I only have a hobbyist small cheap router Argos special. small chuck size (good enough for me for now) but certainly is no Big Boys toy. I will buy a better one later. Thanks for the advice guys appreciated. That profiles did you use for the guide rails, router aperture etc..how do you secure them in position (clamping)
Regards
C


----------



## MattRoberts (24 Jan 2017)

With an insert plate, you position the plate in place on the surface, and then use some strong double sided tape to stick down some small strips of wood around the perimeter. You can then use a pattern cutting bit to create the recess 

https://goo.gl/images/Ko6CL5


----------



## xiphidius (24 Jan 2017)

Thanks again Matt.....tell me more about the actual fences over the router after its been fitted to run against sliders...what do you use (homemade) how do you make them and anything surrounding these ...stops etc.....
Also I noticed your dust extraction system (blue barrel with some sort of concertina on top) could you explain this also hahaha
Sorry for the newbie numpty questions
Regards
C


----------



## sunnybob (24 Jan 2017)

My first router table was a 3 ft offcut of kitchen work surface. I outgrew that very quickly due to its wavy surface.
I'm on my third table now and its 90 cm x 80 cm x 40 mm of melamine faced chipboard on a (very) home made set of drawers with a home made lift made of a couple of sticks and a crank handle on the front. It doesnt have to be expensive or look good to do a good job..

2 important things;
1/ The kreg plate is very easy to fit and cheaply priced, but they are prone to minor warpage. I'm on my second.
Kreg service is first class, I reported the ripple in mine and got another sent free of charge by return post. But this one is now showing signs of uneveness. Its very small, but I only make small things and it shows up. I wont buy another kreg, I will buy a metal plate.

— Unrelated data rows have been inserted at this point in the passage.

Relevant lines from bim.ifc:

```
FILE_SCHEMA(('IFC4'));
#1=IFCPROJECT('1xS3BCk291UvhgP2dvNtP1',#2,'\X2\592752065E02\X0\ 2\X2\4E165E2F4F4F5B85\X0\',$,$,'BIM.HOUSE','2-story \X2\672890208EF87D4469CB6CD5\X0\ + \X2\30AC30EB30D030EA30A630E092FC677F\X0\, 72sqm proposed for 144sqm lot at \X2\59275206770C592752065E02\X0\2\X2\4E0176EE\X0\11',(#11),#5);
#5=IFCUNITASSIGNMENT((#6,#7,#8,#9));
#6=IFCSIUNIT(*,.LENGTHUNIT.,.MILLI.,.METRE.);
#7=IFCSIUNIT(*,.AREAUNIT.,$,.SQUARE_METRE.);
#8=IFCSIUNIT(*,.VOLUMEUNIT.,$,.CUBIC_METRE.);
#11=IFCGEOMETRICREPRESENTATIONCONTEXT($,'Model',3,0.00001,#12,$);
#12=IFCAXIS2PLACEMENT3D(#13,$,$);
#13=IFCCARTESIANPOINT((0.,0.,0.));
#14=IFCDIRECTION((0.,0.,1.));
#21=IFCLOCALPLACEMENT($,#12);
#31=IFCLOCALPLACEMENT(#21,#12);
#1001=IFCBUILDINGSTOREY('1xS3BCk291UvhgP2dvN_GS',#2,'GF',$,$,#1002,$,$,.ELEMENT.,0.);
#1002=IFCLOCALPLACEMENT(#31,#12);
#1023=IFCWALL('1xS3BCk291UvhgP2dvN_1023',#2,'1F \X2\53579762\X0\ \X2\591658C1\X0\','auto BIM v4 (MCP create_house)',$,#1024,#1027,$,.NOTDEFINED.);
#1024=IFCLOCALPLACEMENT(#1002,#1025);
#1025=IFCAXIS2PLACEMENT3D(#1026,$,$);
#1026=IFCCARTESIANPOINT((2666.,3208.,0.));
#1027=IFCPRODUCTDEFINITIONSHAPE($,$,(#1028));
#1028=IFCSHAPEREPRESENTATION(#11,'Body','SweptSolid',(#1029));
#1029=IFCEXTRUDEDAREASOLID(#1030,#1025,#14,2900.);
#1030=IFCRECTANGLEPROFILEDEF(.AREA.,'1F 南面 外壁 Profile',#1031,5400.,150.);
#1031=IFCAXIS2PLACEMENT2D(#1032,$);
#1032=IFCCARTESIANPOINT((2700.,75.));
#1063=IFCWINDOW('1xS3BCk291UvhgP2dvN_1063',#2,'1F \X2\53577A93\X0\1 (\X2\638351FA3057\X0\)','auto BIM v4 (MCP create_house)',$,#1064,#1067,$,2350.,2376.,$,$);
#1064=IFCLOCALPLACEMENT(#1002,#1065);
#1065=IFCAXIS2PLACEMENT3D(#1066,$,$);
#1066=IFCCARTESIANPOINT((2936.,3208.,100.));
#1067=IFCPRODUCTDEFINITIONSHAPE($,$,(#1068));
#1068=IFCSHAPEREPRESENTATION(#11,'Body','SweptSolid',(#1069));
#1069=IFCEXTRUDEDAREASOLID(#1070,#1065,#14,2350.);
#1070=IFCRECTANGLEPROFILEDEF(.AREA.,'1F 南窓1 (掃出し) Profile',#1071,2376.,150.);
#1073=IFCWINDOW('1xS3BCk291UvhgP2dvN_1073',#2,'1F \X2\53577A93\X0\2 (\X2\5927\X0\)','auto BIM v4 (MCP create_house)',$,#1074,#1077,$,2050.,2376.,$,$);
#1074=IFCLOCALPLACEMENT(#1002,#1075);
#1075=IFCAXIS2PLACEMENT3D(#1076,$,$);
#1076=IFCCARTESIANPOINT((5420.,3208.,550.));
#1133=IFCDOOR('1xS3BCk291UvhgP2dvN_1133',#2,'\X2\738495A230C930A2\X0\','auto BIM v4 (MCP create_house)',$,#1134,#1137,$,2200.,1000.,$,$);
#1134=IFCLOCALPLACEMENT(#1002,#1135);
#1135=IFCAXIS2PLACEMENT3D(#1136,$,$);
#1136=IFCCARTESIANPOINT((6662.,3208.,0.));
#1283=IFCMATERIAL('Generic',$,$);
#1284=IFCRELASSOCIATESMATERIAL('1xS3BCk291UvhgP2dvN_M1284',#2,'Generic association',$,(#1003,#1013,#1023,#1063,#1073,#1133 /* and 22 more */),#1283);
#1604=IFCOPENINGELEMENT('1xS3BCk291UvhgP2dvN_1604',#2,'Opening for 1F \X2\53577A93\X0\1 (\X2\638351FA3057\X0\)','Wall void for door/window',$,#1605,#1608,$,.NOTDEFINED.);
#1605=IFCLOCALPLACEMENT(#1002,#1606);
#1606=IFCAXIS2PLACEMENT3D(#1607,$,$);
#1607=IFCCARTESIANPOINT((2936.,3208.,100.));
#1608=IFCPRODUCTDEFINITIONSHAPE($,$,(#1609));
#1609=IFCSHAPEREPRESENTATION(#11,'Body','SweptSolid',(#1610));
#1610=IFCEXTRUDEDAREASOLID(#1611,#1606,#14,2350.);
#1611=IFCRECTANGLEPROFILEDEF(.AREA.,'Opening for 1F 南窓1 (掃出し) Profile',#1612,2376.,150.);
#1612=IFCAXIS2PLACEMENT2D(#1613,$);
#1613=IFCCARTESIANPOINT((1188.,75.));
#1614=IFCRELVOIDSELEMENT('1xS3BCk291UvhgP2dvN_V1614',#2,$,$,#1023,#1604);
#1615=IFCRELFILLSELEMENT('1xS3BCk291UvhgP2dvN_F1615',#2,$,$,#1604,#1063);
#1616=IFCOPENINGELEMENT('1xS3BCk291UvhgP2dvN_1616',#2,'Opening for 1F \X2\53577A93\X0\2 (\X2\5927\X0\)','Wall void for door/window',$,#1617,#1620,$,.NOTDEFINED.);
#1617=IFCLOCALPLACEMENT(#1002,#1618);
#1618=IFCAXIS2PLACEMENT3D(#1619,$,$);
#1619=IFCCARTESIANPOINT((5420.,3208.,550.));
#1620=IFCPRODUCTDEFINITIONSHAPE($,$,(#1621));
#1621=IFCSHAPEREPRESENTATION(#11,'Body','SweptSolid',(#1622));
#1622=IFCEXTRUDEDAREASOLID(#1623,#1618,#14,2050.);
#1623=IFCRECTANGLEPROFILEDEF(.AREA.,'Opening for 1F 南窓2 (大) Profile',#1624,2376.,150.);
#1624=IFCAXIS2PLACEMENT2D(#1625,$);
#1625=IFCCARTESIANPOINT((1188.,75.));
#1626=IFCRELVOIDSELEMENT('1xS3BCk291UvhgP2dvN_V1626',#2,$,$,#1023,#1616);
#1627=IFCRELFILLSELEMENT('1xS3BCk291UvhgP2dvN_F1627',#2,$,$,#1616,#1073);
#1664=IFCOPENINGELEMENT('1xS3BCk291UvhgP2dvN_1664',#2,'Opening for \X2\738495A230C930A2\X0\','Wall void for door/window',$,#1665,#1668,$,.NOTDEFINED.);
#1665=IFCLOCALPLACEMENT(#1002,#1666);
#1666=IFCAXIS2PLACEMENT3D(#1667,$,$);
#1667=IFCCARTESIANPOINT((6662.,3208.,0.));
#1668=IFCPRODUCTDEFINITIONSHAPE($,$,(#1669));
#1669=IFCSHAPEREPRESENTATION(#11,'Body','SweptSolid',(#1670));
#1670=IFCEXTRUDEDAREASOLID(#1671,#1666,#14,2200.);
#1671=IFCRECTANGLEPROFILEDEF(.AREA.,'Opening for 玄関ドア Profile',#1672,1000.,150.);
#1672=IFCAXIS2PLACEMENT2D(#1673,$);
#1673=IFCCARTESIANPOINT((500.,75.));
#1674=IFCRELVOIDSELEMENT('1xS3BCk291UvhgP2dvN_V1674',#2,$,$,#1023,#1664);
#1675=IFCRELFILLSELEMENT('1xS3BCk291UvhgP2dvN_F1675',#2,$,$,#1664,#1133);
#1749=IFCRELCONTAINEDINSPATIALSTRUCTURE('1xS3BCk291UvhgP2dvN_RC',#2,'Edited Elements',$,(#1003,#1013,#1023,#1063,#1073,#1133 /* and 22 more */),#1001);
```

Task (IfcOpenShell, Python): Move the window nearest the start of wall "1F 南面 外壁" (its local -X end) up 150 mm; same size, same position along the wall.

```python
import numpy as np
import ifcopenshell
import ifcopenshell.api.geometry
import ifcopenshell.util.placement
import ifcopenshell.util.unit

model = ifcopenshell.open("bim.ifc")
unit_scale = ifcopenshell.util.unit.calculate_unit_scale(model)

window = model.by_guid("1xS3BCk291UvhgP2dvN_1063")
opening = window.FillsVoids[0].RelatingOpeningElement
dz = 0.15 / unit_scale

shift = np.array([0.0, 0.0, dz])
# The window is not placed relative to its opening, so move both.
for product in (opening, window):
    matrix = ifcopenshell.util.placement.get_local_placement(product.ObjectPlacement)
    matrix[:3, 3] += shift
    ifcopenshell.api.geometry.edit_object_placement(model, product=product, matrix=matrix, is_si=False)

print(f"moved by {dz * unit_scale:+.3f} m")

model.write("bim-out.ifc")
```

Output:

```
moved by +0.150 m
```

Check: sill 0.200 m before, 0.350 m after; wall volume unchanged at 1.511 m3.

2/ Following on from above, the router table has to flat. I mean F.L.A.T. Normal worksurfaces and plywood arent flat enough to give perfect results. 

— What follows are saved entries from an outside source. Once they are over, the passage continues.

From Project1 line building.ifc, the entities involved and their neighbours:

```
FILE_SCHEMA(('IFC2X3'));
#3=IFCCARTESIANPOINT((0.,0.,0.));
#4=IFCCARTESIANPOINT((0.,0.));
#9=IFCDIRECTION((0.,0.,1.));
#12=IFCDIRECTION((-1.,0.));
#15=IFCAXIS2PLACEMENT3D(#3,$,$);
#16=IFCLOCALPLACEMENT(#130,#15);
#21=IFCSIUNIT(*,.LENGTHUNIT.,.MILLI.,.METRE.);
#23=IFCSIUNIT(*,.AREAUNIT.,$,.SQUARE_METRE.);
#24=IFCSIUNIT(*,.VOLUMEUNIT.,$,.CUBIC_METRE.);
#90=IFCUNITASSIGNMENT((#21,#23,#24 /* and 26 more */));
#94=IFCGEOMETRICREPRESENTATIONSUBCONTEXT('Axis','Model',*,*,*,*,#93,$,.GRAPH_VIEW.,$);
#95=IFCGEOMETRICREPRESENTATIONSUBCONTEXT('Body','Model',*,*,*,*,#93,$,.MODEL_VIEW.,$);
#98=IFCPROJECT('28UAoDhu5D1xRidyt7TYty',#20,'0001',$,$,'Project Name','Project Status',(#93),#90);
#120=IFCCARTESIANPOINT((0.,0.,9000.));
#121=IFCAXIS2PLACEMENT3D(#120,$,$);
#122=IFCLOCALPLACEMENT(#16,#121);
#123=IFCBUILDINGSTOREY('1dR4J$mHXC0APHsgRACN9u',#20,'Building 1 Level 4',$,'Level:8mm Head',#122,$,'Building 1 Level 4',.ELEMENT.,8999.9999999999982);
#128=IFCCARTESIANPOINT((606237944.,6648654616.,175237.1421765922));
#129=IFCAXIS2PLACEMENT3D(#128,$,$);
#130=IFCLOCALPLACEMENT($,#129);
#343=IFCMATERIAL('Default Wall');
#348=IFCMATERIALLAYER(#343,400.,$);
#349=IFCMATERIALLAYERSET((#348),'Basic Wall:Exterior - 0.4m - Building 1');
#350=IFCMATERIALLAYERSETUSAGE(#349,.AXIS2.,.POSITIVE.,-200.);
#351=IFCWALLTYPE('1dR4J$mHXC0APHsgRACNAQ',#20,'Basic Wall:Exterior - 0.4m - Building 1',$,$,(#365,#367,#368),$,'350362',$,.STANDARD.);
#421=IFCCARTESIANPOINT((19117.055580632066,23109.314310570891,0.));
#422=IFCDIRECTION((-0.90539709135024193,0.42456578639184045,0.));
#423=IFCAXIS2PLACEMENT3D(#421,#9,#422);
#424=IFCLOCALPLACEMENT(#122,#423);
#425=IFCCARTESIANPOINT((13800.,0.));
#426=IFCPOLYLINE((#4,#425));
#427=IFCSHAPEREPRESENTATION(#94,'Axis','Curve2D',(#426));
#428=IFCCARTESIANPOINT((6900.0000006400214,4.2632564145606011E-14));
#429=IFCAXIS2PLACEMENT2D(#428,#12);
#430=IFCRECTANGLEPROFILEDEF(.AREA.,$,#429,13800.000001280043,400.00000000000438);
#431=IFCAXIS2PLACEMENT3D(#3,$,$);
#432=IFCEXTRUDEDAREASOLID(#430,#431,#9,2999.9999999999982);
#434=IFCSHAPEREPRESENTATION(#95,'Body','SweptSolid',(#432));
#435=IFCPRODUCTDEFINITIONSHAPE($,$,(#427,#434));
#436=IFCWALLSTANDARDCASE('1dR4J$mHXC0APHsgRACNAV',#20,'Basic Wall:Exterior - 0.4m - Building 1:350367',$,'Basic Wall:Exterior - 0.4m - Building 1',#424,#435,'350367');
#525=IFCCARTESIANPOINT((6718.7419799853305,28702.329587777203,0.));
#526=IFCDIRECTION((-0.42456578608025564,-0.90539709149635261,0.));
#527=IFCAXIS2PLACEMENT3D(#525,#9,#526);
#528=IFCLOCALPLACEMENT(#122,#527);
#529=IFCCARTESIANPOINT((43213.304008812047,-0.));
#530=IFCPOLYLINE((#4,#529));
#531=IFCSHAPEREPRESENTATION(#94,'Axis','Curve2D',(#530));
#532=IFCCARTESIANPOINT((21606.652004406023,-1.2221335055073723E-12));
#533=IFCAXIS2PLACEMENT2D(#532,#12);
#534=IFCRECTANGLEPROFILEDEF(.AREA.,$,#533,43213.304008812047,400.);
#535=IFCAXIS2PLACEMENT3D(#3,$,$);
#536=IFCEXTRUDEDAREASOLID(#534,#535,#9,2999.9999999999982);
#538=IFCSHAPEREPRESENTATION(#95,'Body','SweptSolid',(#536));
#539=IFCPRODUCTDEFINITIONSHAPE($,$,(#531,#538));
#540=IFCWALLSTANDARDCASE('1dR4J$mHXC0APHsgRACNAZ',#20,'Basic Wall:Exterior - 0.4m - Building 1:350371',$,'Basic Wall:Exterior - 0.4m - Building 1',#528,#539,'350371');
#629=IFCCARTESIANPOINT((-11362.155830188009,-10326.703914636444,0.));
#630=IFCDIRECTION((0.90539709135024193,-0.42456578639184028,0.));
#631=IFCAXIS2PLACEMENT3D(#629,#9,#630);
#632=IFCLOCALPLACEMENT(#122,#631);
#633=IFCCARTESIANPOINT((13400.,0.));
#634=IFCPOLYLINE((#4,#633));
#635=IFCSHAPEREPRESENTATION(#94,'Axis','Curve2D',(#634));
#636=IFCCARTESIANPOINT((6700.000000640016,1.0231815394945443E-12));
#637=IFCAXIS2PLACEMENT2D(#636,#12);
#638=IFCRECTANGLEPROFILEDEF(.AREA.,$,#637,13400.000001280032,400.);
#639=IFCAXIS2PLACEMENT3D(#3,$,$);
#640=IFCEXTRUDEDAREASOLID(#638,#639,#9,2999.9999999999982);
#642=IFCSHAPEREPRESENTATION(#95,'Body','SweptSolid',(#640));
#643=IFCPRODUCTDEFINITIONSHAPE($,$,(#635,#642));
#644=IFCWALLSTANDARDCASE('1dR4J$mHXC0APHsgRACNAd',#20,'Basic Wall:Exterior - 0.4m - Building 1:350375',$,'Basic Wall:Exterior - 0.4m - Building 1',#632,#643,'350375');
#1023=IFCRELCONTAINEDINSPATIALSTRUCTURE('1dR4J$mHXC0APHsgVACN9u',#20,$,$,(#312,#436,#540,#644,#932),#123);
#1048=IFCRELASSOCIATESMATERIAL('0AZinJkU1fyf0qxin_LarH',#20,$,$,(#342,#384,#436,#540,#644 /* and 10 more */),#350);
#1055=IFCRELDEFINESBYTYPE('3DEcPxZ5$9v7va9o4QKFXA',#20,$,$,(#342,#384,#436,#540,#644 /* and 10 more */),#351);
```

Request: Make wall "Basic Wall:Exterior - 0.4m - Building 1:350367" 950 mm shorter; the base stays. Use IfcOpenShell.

```python
import ifcopenshell
import ifcopenshell.geom
import ifcopenshell.util.representation
import ifcopenshell.util.shape
import ifcopenshell.util.unit

model = ifcopenshell.open("Project1 line building.ifc")
unit_scale = ifcopenshell.util.unit.calculate_unit_scale(model)
settings = ifcopenshell.geom.settings()


def volume(element):
    """Net volume in cubic metres, openings subtracted."""
    shape = ifcopenshell.geom.create_shape(settings, element)
    return ifcopenshell.util.shape.get_volume(shape.geometry)


wall = model.by_guid("1dR4J$mHXC0APHsgRACNAV")
before = volume(wall)

body = ifcopenshell.util.representation.get_representation(wall, "Model", "Body")
solid = body.Items[0]
old_height = solid.Depth
solid.Depth -= 0.95 / unit_scale
after = volume(wall)

print(f"height {old_height:g} -> {solid.Depth:g}, volume {before:.3f} -> {after:.3f} m3")

model.write("Project1 line building_v2.ifc")
```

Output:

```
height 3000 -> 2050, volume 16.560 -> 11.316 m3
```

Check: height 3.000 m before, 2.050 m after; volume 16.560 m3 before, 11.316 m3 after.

1 not so important but useful thing; make it as big as you have room for. Having a flat layout table that is also a router table is very useful indeed.


----------



## Eric The Viking (24 Jan 2017)

I came back from one of Peter Sefton's open days recently with a piece of this:





https://woodworkersworkshop.co.uk/products/woodpeckers-track-super-track
I think it's brilliant... as a router fence.

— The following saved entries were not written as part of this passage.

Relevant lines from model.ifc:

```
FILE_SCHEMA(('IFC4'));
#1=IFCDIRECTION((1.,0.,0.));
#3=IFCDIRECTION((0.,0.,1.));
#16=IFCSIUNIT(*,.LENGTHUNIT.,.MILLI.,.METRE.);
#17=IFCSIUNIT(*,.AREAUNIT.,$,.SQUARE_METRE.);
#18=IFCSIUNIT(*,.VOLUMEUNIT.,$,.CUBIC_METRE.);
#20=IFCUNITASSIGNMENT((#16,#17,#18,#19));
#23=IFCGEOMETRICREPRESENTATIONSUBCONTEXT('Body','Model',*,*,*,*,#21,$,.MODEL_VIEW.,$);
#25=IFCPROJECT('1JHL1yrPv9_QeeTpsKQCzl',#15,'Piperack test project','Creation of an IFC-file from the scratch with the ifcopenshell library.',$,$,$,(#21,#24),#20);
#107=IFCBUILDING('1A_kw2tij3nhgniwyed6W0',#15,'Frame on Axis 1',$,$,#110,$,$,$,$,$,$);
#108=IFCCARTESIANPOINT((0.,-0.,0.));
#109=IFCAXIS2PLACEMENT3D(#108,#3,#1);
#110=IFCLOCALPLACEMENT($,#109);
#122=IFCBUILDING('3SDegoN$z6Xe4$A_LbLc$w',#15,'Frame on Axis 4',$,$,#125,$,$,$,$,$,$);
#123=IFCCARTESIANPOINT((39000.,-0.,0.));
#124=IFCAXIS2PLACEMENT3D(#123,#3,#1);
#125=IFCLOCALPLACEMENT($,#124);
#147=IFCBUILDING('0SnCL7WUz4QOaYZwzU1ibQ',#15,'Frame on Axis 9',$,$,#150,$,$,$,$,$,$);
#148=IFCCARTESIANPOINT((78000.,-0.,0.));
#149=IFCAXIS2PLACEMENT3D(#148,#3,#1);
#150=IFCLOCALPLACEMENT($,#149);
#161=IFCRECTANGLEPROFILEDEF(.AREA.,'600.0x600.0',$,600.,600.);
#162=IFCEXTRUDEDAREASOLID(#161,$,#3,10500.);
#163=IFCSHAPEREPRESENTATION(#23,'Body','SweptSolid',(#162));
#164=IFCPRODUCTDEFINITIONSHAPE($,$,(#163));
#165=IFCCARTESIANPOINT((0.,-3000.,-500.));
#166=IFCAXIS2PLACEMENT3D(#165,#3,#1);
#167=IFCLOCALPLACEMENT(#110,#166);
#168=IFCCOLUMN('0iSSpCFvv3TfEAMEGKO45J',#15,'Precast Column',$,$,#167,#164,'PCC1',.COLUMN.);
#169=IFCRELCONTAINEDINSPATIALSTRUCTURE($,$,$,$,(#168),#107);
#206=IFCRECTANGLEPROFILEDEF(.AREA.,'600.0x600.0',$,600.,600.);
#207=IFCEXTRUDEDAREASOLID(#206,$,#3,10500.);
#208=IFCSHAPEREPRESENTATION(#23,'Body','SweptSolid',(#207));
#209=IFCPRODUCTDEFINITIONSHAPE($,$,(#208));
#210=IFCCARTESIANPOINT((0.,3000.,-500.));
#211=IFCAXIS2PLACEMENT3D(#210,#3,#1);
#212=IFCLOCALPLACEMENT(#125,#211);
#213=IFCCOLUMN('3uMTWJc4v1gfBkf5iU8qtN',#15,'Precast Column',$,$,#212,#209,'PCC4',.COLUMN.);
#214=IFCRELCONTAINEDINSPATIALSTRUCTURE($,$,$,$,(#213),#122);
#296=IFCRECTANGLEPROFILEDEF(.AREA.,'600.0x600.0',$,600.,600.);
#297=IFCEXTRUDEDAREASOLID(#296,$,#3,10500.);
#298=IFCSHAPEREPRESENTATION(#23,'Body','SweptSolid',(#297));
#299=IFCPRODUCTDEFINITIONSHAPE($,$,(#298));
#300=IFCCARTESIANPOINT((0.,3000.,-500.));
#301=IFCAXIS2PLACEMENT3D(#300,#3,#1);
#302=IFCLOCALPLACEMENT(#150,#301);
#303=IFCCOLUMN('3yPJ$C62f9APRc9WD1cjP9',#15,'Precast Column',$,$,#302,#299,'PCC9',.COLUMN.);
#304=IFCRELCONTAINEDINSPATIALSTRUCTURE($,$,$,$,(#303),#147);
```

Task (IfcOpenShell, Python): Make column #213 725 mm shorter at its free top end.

```python
import ifcopenshell
import ifcopenshell.util.representation
import ifcopenshell.util.unit

model = ifcopenshell.open("model.ifc")
unit_scale = ifcopenshell.util.unit.calculate_unit_scale(model)

member = model.by_guid("3uMTWJc4v1gfBkf5iU8qtN")
change = -0.725 / unit_scale

# The extrusion runs towards the end named, so only its depth changes.
body = ifcopenshell.util.representation.get_representation(member, "Model", "Body")
solid = body.Items[0]
old_length = solid.Depth
solid.Depth += change

print(f"length {old_length:g} -> {solid.Depth:g}")

model.write("model_updated.ifc")
```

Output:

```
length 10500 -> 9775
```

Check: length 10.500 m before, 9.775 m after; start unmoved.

I've cut mine (on the mitre saw!) so that I have a leftover piece for possibly a cross-cutting sled one day. I put a notch in it for the cutter, and the two different sets of slots (each side) mean I can mount it differently depending on what I'm doing, for example as a support for a tall fence.

Re-making the table top has been on the to-do list for yonks, when I do, I may well get another strip and let it in to the surface as the diagram, because having several slots available would be very good for things like featherboards.

Anyway, it's simple and jolly useful.

E.

PS: one tiny caveat -- it is intended for imperial sizes of machine screw (as shown holding it down in the picture). You can adapt coach bolts (dome-headed ones with a square bit at the top under the head), by grinding two flats on them, or simply make bigger metric machine screws narrower, or just use the intended imperial nuts and bolts. It was slightly annoying to notice this, but not a showstopper by any means. Just sayin'.

PPS: if anyone tells you that you need a split fence, so you can set infeed and outfeed planes at different distances from the axis of the cutter, just smile inwardly and walk away. Mine was a bought router table, and that "flexibility" has caused more wasted time and frustration than any other aspect of the design (which isn't very good). A one-pice straight, rigid and square fence (with a notch for the cutter), and with the abiltiy to clamp stuff to it easily, is the way to go. All other paths lead to madness...


----------



## MattRoberts (24 Jan 2017)

xiphidius":no7tf346 said:


> Thanks again Matt.....tell me more about the actual fences over the router after its been fitted to run against sliders...what do you use (homemade) how do you make them and anything surrounding these ...stops etc.....
> Also I noticed your dust extraction system (blue barrel with some sort of concertina on top) could you explain this also hahaha
> Sorry for the newbie numpty questions
> Regards
> C



I use my tablesaw fence as the router fence. Lots of people make their own, usually using T Track so that it can be adjusted and then locked in place. 

That dust extractor in the picture is actually a thien baffle for my tablesaw. I just use a shop vac / cyclone setup for the router


----------



## xiphidius (24 Jan 2017)

Cheers guys lots of food for thought there..lots of ideas to run with and perhaps develop
Thank you.. its very much appreciated.


----------



## Rustyroots (26 Jan 2017)

I'm in the process of designing one myself, but need to hang on until I get a new router. There are loads of videoes online youtube that would be easy enough to copy. 

Rusty


----------